Results: To date, five proteins have been identified that may form insoluble aggregates in the brains of patients with schizophrenia, and in some instances also in the affective disorders. Of these, DISC1, dysbindin-1 and NPAS3 represent the protein products of classical, pre-GWAS, candidate genes, while CRMP1 and TRIOBP-1 were identified by proteomic approaches, and had not previously been associated with schizophrenia. All are expressed in the brain, and are variously implicated in neurodevelopment and/or synaptic function. Each protein has also been confirmed to be capable of forming aggregates in various experimental systems. We are studying the aggregation of these proteins. Notably, in the case of at least DISC1, TRIOBP-1 and NPAS3, their aggregation propensity is seen to be dependent on specific structural regions of the proteins. Such data allows further analysis of the mechanisms underlying their aggregation, and suggests routes ahead for their study. It is also notable that most of the proteins aggregate independently of each other, with only DISC1 showing a clear propensity to “co-aggregate” with other mental illness proteins in vivo and in vitro.

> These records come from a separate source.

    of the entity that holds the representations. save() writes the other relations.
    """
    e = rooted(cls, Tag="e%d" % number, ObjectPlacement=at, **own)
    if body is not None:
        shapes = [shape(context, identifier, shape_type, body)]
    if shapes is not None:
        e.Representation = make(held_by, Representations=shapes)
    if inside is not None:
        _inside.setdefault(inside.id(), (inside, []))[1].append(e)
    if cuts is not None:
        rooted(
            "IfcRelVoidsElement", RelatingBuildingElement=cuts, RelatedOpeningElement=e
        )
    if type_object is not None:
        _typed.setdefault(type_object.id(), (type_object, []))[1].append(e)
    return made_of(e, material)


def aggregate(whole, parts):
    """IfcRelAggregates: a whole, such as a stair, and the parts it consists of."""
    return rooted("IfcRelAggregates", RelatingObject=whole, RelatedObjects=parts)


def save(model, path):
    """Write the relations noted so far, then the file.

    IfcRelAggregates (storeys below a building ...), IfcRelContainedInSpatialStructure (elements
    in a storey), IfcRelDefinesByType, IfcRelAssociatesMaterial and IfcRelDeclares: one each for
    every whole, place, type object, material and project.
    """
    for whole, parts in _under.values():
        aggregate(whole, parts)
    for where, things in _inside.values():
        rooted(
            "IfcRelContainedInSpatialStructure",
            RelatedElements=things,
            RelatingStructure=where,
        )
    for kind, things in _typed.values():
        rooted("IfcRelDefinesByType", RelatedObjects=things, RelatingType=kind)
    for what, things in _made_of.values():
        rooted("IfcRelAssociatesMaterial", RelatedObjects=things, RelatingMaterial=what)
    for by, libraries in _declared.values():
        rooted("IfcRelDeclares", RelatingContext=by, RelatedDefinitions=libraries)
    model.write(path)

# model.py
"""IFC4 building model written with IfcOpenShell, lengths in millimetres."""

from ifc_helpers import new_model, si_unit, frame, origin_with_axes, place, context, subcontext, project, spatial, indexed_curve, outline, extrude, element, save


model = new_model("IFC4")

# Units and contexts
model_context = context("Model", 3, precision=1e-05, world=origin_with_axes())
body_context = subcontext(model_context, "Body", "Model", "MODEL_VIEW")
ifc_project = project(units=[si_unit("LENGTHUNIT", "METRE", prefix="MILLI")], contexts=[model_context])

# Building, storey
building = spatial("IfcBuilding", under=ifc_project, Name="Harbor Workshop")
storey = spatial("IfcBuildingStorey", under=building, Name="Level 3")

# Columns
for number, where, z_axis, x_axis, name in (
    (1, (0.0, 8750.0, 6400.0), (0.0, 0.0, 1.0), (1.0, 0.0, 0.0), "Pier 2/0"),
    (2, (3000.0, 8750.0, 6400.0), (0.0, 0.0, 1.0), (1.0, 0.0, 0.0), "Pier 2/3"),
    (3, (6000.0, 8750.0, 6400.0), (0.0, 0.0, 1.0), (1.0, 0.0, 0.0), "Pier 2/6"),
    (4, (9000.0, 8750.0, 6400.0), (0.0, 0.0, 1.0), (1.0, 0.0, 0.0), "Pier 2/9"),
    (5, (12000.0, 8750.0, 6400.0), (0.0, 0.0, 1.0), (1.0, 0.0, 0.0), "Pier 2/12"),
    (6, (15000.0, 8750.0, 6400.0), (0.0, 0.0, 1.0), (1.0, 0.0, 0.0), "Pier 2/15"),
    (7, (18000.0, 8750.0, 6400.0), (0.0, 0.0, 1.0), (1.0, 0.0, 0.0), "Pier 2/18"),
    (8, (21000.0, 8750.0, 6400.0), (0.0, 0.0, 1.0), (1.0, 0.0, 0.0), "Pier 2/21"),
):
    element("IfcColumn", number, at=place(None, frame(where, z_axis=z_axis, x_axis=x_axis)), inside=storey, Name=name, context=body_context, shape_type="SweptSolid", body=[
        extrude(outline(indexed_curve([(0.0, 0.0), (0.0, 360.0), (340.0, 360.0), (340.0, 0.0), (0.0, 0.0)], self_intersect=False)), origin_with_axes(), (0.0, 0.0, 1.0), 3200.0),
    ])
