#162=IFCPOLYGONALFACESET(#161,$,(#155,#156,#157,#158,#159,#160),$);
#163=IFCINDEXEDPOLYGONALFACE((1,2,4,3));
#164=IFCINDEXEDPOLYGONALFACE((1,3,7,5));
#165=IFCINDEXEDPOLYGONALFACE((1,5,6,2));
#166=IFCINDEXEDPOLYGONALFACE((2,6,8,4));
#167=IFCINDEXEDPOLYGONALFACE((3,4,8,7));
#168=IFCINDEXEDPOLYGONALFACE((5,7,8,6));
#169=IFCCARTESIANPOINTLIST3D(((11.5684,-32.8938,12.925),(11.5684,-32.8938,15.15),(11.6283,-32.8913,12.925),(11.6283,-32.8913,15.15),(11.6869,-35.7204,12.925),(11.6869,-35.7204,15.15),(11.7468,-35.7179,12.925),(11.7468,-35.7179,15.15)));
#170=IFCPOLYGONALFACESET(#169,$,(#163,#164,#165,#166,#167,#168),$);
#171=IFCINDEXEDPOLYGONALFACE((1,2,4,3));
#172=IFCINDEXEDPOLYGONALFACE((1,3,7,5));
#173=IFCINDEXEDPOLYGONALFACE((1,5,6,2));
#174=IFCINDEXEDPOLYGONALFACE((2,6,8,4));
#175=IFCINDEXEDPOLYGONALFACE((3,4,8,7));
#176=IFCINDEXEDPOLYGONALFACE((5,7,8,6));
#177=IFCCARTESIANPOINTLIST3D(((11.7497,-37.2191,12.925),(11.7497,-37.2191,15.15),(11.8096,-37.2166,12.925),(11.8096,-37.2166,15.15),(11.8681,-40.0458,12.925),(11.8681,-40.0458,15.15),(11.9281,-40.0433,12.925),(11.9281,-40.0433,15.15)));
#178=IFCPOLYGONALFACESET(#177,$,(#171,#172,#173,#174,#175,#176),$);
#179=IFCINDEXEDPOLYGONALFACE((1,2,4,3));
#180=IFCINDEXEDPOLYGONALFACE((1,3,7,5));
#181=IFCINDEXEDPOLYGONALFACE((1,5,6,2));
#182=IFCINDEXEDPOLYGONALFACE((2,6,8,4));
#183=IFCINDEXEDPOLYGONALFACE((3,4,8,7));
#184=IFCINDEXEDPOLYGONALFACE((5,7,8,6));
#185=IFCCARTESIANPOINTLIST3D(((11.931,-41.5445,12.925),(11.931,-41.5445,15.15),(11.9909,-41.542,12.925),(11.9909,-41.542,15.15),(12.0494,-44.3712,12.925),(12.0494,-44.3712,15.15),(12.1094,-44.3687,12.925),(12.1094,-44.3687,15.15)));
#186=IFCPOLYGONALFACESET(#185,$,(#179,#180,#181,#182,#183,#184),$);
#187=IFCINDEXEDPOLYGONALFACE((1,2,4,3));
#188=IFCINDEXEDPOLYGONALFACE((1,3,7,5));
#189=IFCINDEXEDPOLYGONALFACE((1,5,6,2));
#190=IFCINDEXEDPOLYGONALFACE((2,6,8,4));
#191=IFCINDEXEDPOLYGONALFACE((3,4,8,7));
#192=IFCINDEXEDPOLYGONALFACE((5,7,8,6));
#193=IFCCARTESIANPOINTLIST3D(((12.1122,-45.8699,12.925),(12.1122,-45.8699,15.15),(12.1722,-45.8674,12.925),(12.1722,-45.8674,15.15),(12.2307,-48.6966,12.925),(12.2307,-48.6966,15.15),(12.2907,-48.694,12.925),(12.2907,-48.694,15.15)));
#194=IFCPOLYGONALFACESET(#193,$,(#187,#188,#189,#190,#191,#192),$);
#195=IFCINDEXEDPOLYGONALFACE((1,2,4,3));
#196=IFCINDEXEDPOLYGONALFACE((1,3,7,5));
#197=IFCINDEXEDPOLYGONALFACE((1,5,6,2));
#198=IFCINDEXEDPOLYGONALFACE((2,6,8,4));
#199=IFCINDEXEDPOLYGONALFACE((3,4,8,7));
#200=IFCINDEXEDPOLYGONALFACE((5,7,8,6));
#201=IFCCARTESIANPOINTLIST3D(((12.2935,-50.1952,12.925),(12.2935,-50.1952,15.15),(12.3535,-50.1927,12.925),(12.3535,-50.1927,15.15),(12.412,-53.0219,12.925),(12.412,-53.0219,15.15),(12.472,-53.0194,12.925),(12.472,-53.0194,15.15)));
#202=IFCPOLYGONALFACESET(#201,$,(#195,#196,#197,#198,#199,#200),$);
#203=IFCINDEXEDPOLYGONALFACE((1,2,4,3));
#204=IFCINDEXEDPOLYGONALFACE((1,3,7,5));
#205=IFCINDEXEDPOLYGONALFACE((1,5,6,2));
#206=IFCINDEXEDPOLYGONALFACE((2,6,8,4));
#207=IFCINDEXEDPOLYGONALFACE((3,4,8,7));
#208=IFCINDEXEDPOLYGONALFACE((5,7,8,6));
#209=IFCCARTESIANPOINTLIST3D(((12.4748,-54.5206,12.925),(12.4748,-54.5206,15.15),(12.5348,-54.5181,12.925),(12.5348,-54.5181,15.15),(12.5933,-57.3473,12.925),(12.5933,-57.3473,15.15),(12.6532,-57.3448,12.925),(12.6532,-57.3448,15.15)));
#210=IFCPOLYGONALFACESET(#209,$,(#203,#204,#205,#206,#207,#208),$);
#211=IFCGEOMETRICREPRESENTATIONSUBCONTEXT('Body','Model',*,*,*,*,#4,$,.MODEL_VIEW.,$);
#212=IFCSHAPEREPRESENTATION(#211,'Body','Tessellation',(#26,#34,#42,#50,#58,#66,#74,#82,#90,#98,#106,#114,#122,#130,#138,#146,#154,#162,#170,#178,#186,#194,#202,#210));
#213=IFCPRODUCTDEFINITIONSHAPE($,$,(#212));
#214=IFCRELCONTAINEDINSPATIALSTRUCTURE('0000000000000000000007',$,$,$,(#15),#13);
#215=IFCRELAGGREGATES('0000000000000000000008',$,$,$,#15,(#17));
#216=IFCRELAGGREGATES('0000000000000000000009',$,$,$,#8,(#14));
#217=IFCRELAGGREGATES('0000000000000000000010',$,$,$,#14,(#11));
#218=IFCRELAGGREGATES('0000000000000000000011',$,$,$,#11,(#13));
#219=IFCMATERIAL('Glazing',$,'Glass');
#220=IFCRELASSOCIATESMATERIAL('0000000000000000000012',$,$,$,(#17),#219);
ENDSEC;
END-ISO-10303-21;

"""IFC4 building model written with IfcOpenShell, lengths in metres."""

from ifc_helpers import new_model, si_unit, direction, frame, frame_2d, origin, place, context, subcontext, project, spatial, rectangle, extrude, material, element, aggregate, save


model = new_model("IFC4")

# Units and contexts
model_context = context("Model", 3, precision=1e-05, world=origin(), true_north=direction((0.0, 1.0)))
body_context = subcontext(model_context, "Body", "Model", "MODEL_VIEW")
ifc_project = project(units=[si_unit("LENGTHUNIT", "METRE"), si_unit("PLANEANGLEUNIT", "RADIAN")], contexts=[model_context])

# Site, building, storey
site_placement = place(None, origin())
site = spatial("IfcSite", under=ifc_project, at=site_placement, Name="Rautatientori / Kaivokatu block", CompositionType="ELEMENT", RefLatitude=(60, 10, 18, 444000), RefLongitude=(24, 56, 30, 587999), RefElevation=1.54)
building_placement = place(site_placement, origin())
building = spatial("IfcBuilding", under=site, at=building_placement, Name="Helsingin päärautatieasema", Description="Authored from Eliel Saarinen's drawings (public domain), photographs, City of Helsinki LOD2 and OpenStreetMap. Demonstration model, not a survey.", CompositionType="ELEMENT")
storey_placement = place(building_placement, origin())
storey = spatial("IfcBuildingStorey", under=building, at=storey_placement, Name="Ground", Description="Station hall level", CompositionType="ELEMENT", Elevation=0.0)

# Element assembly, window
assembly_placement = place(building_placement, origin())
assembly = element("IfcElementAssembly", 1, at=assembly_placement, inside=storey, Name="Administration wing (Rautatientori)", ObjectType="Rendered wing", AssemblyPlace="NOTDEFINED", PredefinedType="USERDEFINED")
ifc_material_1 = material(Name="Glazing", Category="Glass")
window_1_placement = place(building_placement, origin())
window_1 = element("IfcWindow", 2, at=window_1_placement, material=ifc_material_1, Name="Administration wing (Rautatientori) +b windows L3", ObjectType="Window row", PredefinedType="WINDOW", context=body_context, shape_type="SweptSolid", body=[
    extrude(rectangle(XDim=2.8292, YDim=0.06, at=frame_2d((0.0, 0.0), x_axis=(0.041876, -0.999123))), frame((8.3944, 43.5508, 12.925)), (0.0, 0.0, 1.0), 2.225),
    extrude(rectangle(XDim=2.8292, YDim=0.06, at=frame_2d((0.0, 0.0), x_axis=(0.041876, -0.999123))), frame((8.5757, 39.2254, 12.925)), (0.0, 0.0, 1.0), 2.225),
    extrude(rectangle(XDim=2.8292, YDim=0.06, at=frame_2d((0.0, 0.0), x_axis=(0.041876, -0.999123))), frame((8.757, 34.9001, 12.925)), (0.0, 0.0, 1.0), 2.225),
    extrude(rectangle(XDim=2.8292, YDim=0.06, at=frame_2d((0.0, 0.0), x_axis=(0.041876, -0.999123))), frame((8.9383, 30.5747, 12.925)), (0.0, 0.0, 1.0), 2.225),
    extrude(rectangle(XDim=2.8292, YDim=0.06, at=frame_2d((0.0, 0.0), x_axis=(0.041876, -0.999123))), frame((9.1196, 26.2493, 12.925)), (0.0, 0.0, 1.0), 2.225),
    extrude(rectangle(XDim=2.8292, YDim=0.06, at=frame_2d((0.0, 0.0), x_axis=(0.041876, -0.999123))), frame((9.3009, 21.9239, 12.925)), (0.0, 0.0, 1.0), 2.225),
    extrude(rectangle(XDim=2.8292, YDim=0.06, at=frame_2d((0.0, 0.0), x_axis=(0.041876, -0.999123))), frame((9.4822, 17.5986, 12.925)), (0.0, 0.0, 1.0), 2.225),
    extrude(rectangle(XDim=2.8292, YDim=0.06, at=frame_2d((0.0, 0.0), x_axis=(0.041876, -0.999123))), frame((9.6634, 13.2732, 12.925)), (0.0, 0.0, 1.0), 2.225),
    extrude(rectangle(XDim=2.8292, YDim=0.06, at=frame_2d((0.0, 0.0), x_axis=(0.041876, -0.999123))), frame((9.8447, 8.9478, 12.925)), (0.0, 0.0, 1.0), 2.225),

Conclusions: While still in its infancy as a field, the existence of several insoluble or aggregated proteins in the brains of schizophrenia patients has now been confirmed. Further replication in a wider number of patients is now needed to determine whether this indeed represents a general biological feature of the condition. In parallel, cell and animal studies will help us to understand the pathophysiological consequences of such protein aggregates.